Sphalerons, spectral flow, and anomalies

TL;DR

This paper reviews how the topology of configuration space influences the existence of sphalerons, spectral flow, and anomalies in SU(2) Yang-Mills-Higgs theory, highlighting their interconnected roles in gauge field configurations.

Contribution

It elucidates the relationship between sphalerons, spectral flow, and anomalies, providing insights into their topological and physical interconnections in gauge theories.

Findings

Sphalerons are static, unstable solutions linked to configuration space topology.

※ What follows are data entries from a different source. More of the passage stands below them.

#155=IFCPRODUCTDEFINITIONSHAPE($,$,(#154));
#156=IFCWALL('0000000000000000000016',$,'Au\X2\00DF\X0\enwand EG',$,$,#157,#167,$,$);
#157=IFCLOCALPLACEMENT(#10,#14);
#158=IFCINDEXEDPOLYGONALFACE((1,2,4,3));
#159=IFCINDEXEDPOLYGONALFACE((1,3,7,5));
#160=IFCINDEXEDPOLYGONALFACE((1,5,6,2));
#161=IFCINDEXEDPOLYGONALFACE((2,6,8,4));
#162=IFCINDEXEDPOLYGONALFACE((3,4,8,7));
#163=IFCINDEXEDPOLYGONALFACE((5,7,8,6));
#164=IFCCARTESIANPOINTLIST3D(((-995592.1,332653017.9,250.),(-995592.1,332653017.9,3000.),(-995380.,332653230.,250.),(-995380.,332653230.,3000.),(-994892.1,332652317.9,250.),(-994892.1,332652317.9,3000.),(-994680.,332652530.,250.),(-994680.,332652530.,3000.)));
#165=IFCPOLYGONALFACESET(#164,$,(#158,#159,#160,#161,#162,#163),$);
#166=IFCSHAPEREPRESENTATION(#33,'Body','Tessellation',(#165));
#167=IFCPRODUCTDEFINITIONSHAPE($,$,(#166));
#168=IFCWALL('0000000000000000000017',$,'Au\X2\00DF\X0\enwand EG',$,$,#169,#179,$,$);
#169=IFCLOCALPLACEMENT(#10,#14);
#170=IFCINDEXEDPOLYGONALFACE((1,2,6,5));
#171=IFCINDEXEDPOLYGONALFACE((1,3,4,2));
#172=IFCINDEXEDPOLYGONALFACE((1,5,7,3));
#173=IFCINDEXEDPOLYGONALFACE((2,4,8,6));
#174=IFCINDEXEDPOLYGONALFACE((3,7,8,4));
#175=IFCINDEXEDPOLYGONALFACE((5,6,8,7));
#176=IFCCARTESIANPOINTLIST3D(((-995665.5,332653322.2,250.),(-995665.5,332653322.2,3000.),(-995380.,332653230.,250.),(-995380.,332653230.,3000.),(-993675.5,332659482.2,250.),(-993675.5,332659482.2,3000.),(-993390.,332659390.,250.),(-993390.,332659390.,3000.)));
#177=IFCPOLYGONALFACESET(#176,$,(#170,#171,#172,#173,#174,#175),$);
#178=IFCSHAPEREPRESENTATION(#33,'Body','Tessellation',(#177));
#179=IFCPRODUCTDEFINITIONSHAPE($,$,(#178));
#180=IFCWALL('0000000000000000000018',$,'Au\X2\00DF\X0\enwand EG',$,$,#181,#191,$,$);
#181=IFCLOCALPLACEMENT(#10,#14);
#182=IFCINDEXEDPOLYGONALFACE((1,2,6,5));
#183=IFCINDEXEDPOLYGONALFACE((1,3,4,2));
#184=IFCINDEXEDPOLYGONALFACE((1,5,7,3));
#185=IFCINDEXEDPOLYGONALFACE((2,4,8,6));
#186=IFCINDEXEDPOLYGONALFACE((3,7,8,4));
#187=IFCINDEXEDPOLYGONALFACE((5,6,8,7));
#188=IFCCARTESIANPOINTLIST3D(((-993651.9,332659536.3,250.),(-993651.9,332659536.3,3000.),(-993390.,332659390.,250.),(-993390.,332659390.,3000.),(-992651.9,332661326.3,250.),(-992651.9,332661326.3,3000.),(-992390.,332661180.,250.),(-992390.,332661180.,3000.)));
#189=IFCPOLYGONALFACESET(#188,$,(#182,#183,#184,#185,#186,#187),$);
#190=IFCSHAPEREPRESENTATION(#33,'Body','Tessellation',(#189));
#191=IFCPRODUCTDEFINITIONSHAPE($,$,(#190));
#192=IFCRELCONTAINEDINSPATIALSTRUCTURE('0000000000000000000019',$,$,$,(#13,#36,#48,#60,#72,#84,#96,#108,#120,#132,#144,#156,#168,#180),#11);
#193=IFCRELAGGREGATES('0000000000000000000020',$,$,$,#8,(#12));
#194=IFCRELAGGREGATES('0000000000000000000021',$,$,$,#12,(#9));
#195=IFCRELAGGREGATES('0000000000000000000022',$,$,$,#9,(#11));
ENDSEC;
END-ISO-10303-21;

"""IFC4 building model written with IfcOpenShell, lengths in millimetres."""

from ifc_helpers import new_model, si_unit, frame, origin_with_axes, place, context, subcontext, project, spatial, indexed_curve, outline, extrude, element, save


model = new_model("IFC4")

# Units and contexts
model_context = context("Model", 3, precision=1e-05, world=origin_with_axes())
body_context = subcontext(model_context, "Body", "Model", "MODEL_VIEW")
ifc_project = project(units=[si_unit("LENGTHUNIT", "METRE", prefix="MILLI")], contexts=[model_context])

Spectral flow of Dirac eigenvalues relates to the presence of anomalies.

The review illustrates these concepts through specific SU(2) Yang-Mills-Higgs sphalerons.

Abstract

The topology of configuration space may be responsible in part for the existence of sphalerons. Here, sphalerons are defined to be static but unstable finite-energy solutions of the classical field equations. Another manifestation of the nontrivial topology of configuration space is the phenomenon of spectral flow for the eigenvalues of the Dirac Hamiltonian. The spectral flow, in turn, is related to the possible existence of anomalies. In this review, the interconnection of these topics is illustrated for three particular sphalerons of SU(2) Yang-Mills-Higgs theory.